Tuesday, October 27, 2009

I have started exploring transitioning


Ordered women clothes and make up.
Dressing up and see how it feels to be a woman.
Thats my plan.
If I feel better, then next step is to go out dressed as a woman.
Wonder if I will pass as a woman.
I want to figure out if I want to change my sex.
I kind of feel like I want to.

One thing that bothers me is family.
What will they think when they find out?
But I haven't had contact with most of them for several years.

I don't like my parents.
I dont really care what they think.
Why even tell my family? If I hardly have had contact with them the last couple of years and dont care what they think of my plan.....then there is no point in telling.
I don't expect any help from them anyway. This is something I have to do on my own.
I would feel shameful anyway being dressed as a woman in front of them.
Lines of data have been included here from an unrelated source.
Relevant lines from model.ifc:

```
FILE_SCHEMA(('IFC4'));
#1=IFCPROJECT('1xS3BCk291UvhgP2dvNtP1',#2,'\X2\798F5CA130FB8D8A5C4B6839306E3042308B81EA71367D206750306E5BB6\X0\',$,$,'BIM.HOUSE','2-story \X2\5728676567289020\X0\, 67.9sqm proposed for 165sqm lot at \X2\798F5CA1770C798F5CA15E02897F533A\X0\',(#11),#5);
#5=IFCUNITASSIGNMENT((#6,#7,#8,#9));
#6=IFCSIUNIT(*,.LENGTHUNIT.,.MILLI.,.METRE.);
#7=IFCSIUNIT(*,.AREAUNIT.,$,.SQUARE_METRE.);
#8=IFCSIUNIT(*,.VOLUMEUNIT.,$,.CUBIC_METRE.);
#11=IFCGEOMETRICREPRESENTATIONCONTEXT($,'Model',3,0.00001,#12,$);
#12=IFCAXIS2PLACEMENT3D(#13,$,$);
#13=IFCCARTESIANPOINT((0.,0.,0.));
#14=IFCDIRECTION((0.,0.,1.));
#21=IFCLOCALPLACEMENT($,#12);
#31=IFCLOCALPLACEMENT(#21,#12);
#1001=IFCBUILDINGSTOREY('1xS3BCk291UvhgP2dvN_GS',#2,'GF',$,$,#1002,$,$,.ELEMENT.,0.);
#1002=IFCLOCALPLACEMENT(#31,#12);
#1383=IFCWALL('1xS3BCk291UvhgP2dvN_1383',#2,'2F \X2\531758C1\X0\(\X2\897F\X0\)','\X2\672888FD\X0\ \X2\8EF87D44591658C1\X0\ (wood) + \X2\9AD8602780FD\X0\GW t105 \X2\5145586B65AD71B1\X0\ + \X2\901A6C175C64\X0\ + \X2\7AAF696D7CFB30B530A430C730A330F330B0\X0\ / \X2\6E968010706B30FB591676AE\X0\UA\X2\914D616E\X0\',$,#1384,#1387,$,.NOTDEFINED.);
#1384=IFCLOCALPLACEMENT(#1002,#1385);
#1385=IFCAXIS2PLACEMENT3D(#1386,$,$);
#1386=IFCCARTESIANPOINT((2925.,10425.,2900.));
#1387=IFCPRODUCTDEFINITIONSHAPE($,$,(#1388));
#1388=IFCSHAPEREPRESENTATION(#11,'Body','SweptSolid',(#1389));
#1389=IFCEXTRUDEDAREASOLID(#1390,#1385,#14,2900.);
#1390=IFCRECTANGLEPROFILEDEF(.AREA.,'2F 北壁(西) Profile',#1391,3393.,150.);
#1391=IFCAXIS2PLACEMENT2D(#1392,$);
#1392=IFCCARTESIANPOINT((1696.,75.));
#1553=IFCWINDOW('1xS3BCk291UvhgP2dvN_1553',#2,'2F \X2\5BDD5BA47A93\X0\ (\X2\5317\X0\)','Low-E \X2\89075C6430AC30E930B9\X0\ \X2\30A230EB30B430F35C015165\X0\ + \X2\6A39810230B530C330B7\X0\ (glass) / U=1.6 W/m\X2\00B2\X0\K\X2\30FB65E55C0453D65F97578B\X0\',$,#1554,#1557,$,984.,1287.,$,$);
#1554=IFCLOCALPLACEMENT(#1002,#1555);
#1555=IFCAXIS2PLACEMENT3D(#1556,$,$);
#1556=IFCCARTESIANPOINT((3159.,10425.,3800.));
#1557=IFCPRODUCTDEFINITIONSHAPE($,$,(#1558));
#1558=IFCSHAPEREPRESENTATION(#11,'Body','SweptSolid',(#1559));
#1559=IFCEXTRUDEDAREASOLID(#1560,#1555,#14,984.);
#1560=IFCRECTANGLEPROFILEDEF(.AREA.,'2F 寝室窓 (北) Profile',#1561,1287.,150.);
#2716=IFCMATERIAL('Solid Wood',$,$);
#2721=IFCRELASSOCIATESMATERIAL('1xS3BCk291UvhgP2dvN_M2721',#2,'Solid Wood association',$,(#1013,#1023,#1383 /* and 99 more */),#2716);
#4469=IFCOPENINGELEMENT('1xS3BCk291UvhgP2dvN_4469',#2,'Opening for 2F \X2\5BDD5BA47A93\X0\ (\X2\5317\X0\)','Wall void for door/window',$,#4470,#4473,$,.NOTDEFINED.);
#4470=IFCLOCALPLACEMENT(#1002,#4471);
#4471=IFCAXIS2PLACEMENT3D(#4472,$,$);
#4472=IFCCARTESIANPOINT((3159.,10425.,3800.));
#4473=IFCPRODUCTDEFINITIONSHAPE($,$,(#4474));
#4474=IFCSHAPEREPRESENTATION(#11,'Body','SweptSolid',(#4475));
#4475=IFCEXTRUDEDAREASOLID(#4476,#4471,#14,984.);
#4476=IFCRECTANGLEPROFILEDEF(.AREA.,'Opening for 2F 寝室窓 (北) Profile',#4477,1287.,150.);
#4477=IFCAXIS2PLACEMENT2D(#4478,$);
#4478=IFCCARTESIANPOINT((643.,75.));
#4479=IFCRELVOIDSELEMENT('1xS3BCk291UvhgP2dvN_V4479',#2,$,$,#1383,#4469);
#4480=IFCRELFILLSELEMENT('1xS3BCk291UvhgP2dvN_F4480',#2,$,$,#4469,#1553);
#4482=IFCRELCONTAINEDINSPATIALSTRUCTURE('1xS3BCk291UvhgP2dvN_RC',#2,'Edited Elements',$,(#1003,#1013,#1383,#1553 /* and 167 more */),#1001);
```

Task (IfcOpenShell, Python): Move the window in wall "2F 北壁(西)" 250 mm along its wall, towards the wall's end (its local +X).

```python
import ifcopenshell
import ifcopenshell.api.geometry
import ifcopenshell.util.placement

model = ifcopenshell.open("model.ifc")

window = model.by_id(1553)
opening = window.FillsVoids[0].RelatingOpeningElement
wall = opening.VoidsElements[0].RelatingBuildingElement

wall_matrix = ifcopenshell.util.placement.get_local_placement(wall.ObjectPlacement)
shift = wall_matrix[:3, 0] * 250.0
before = ifcopenshell.util.placement.get_local_placement(window.ObjectPlacement)[:3, 3].copy()

# The window is not placed relative to its opening, so move both.
for product in (opening, window):
    matrix = ifcopenshell.util.placement.get_local_placement(product.ObjectPlacement)
    matrix[:3, 3] += shift
    ifcopenshell.api.geometry.edit_object_placement(model, product=product, matrix=matrix, is_si=False)

after = ifcopenshell.util.placement.get_local_placement(window.ObjectPlacement)[:3, 3]
print("window moved by", (after - before).round(3) + 0.0)

model.write("model_updated.ifc")
```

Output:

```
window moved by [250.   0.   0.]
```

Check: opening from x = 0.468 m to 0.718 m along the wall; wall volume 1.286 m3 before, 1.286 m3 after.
I imagine that would be very embarrassing at emotionally painful.

If I had loved my parents and I felt like the loved me....that would be one thing....but if I don't even like or respect them?
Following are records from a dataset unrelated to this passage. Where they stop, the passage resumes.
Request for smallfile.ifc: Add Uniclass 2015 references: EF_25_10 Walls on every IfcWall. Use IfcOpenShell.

First a look at what the model holds.

```python
import ifcopenshell

model = ifcopenshell.open("smallfile.ifc")
print(model.schema)
print("classifications:", [c.Name for c in model.by_type("IfcClassification")])
for ifc_class in ("IfcDoor", "IfcRoof", "IfcStair", "IfcWall", "IfcWindow"):
    print(ifc_class, len(model.by_type(ifc_class)))
```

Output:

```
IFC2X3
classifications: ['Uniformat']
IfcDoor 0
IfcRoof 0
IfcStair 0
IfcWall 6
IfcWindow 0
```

```python
import ifcopenshell
import ifcopenshell.api.classification

model = ifcopenshell.open("smallfile.ifc")

# IFC2X3 requires Source and Edition and has no link from the project to the system.
system = model.create_entity("IfcClassification", Source="NBS", Edition="2015", Name="Uniclass 2015")

codes = {
    "IfcWall": ("EF_25_10", "Walls"),
}
for ifc_class, (code, name) in codes.items():
    products = model.by_type(ifc_class)
    ifcopenshell.api.classification.add_reference(
        model, products=products, classification=system, identification=code, name=name
    )
    print(code, len(products))

model.write("smallfile_updated.ifc")
```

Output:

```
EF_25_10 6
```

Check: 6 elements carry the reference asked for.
Hm....I actually feel like just starting on this journey without telling them.
Just change my sex and start a new life.
If they find out, they find out, if not, they don't.

I didn't plan on spending time with them either way.

My main problem is that I'm not happy with myself as I am now.
If transforming myself to a woman can make me happier, it will be worth it.

Im kind of doing it in stealth mode.
I like the word "stealth".
I'm living undercover, he he.
Almost like an alien transforming in secrecy to a human being.
When I'm finished I'm gonna suck your brains out. Need human brain. Me hungry.